🤖 AI Summary
Fine-tuning large language models (LLMs) on benign data often induces catastrophic forgetting, degrading safety alignment. To address this, we propose a behavior-aware safety exemplar sampling framework: first, responses to safety-critical instructions are classified at a fine-grained level based on behavioral outcomes (compliance vs. refusal); second, semantic clustering across diverse harm categories ensures sample diversity. This enables precise reinforcement of critical safety knowledge with only a 0.5% increase in safety data volume. Our method significantly mitigates safety performance degradation during fine-tuning—reducing harmfulness by up to 41% across multiple harm categories—while preserving model helpfulness. The core contribution lies in integrating response-behavior modeling with semantic-diversity-driven sampling, empirically validating both the efficacy and necessity of small-scale, high-quality safety data in large-scale LLM fine-tuning.
📝 Abstract
Large language models often lose previously aligned safety behaviors when fine-tuned on benign data, a phenomenon known as catastrophic forgetting.

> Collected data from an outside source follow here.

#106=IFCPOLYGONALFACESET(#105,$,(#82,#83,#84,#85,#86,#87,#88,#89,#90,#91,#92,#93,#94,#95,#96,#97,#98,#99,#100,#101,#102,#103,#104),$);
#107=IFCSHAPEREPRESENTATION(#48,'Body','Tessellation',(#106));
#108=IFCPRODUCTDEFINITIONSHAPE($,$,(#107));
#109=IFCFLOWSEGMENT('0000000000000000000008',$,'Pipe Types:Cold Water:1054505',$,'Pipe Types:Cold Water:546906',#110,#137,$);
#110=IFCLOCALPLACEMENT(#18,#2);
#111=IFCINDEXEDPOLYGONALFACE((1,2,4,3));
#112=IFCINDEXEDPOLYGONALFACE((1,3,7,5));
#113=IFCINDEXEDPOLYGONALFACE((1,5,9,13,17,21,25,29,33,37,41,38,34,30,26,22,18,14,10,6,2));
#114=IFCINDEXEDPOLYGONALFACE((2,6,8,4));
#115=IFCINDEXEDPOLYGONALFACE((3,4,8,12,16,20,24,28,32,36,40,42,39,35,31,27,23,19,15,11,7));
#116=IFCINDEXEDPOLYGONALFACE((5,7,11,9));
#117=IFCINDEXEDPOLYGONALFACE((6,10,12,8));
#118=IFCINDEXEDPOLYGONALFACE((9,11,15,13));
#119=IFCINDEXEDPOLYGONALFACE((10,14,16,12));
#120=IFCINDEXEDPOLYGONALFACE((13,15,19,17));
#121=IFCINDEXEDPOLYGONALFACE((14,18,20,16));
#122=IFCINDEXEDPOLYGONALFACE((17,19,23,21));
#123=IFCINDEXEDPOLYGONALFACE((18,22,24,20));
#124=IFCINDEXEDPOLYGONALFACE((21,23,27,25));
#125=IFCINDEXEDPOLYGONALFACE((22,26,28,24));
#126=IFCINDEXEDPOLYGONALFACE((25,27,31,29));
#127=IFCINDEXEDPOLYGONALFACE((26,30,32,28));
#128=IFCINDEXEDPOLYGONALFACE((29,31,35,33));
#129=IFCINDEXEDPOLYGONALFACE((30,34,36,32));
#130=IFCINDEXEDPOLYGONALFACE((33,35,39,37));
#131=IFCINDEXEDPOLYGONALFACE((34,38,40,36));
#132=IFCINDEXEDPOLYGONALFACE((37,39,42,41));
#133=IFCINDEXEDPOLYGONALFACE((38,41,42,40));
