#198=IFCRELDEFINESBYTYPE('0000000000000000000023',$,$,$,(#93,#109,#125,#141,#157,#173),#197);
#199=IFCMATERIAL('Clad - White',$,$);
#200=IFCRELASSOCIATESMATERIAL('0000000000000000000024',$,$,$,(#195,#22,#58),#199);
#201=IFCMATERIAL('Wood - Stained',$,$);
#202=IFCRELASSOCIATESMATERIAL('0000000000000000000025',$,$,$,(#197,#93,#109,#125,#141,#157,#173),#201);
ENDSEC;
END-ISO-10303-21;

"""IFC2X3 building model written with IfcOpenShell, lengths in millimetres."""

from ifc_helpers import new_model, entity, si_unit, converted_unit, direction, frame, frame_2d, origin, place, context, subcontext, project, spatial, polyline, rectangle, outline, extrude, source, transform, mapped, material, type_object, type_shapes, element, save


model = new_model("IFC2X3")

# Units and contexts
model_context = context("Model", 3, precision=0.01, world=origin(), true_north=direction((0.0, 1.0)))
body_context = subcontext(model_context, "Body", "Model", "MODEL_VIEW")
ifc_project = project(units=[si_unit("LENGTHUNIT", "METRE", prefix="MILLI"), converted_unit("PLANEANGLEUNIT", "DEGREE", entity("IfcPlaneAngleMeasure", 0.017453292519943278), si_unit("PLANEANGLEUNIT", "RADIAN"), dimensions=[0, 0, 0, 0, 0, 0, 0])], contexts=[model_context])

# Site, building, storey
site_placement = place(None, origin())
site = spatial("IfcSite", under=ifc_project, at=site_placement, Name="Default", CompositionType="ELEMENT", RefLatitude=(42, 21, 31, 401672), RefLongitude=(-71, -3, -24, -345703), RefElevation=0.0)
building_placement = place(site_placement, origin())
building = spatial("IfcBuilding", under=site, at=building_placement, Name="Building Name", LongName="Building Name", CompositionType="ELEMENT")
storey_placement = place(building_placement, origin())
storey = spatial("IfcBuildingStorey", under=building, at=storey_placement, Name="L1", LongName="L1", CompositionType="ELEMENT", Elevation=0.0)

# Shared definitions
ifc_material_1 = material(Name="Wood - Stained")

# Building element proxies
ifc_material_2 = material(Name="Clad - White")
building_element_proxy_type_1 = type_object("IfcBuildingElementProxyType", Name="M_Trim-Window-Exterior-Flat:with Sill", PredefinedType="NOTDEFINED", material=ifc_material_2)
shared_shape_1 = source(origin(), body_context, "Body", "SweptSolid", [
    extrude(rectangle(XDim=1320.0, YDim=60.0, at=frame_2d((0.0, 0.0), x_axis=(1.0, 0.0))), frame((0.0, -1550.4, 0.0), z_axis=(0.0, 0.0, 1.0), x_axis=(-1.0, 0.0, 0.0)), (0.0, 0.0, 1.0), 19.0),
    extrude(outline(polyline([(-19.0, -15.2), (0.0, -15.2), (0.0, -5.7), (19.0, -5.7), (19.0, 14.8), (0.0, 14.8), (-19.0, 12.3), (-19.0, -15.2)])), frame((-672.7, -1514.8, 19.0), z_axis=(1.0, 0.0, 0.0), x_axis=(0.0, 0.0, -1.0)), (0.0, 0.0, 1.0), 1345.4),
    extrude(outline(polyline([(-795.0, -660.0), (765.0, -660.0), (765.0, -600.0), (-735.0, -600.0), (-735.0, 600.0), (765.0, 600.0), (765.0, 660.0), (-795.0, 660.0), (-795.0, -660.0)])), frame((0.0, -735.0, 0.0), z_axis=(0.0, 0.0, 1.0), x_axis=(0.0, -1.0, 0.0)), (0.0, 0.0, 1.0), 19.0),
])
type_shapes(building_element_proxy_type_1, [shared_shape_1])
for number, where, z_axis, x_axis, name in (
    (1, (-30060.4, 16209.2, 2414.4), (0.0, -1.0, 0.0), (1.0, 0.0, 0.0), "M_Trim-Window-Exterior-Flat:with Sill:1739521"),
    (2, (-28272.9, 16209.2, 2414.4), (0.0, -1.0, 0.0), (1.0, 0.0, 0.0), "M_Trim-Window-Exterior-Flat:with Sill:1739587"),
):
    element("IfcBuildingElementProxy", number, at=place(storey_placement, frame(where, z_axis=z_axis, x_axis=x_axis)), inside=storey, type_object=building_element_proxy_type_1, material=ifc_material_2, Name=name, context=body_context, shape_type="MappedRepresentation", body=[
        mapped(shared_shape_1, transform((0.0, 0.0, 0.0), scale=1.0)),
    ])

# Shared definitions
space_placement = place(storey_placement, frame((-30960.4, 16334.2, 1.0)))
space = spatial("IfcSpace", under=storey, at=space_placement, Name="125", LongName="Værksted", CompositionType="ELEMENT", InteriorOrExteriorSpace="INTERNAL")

Prior work shows that adding random safety examples can mitigate this effect, but it remains unclear which examples are most effective. We propose a behavior-aware sampling framework that selects safety examples based on two complementary factors: instruction-response behavior (e.g., refusal versus compliance) and semantic diversity across harm categories. Systematic evaluation shows that this approach substantially reduces harmful outputs while maintaining helpfulness, achieving up to a 41% reduction in harmfulness with only 0.5% additional training data. These results highlight how targeted data selection can improve the safety and efficiency of fine-tuning at scale.